Trying to pigeonhole Oteil Burbridge is a fool’s errand. From the beginning of the bassist’s professional career, in the late ‘80s, he had been cross-pollinating so many genres that critics didn’t know what to make of him. Reviewing a 2005 album from his quintet, AllMusic’s Scott Yanow wrote: “the music of Oteil & the Peacemakers is certainly impossible to classify. Is it jazz, blues, fusion, rock, pop, R&B or a jam band? Actually, it is all of the above … this set will drive musical purists crazy but should delight those who enjoy all of these different styles of music being played in a very different way.”

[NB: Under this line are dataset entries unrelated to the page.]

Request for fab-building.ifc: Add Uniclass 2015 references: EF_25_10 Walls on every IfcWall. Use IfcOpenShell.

First a look at what the model holds.

```python
import ifcopenshell

model = ifcopenshell.open("fab-building.ifc")
print(model.schema)
print("classifications:", [c.Name for c in model.by_type("IfcClassification")])
for ifc_class in ("IfcDoor", "IfcRoof", "IfcStair", "IfcWall", "IfcWindow"):
    print(ifc_class, len(model.by_type(ifc_class)))
```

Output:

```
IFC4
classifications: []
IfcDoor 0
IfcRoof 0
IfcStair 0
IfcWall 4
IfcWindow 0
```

```python
import ifcopenshell
import ifcopenshell.api.classification

model = ifcopenshell.open("fab-building.ifc")

system = ifcopenshell.api.classification.add_classification(model, classification="Uniclass 2015")

codes = {
    "IfcWall": ("EF_25_10", "Walls"),
}
for ifc_class, (code, name) in codes.items():
    products = model.by_type(ifc_class)
    ifcopenshell.api.classification.add_reference(
        model, products=products, classification=system, identification=code, name=name
    )
    print(code, len(products))

model.write("fab-building-out.ifc")
```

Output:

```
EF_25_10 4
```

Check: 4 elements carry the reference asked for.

For Burbridge, this eclecticism was by design. The Washington, D.C. native grew up with a brother, the late Kofi Burbridge, who had developed perfect pitch by age 7. “He was doing super-heavy jazz and classical stuff by the time he was 12,” Oteil recalls. “I grew up with that, and with my dad’s absolute love of music. It was his religion, and he was very against organized religion; music was his chosen passion, to the point of being a religion. He was into all types of music—European classical, Indian classical, every American type, gospel, jazz, blues, country, bluegrass, funk, R&B, soul.
“So I was ready for The Grateful Dead, because I was used to diving into so many different worlds.”
Burbridge, who in 2020 ranked as the 64th best bassist of all time per Bass Player magazine, may be the quintessential “musician’s musician”—a groove merchant and improvisational wizard who played with The Allman Brothers Band from 1997 to 2014, and Tedeschi Trucks Band from 2010 to 2012. He’s a founding member of Dead & Company, the current iteration of The Grateful Dead, and joined the band on its 2024 and 2025 residencies at the Sphere, the extravagant 20,000-seat multimedia venue in Las Vegas. His latest solo album, Lovely View of Heaven, is a suite of newly arranged ballads by the Dead’s Jerry Garcia and Robert Hunter, recorded while in the throes of grief for numerous friends and family members.
These days, Burbridge lives in Boca Raton with his wife, visual artist Jess Burbridge, and he occasionally gigs at The Funky Biscuit and Crazy Uncle Mike’s, in addition to touring with other projects, many of them Dead-adjacent. He loves Boca’s fl atness and warm climate, adding, “I live barefoot or in flip-flops.”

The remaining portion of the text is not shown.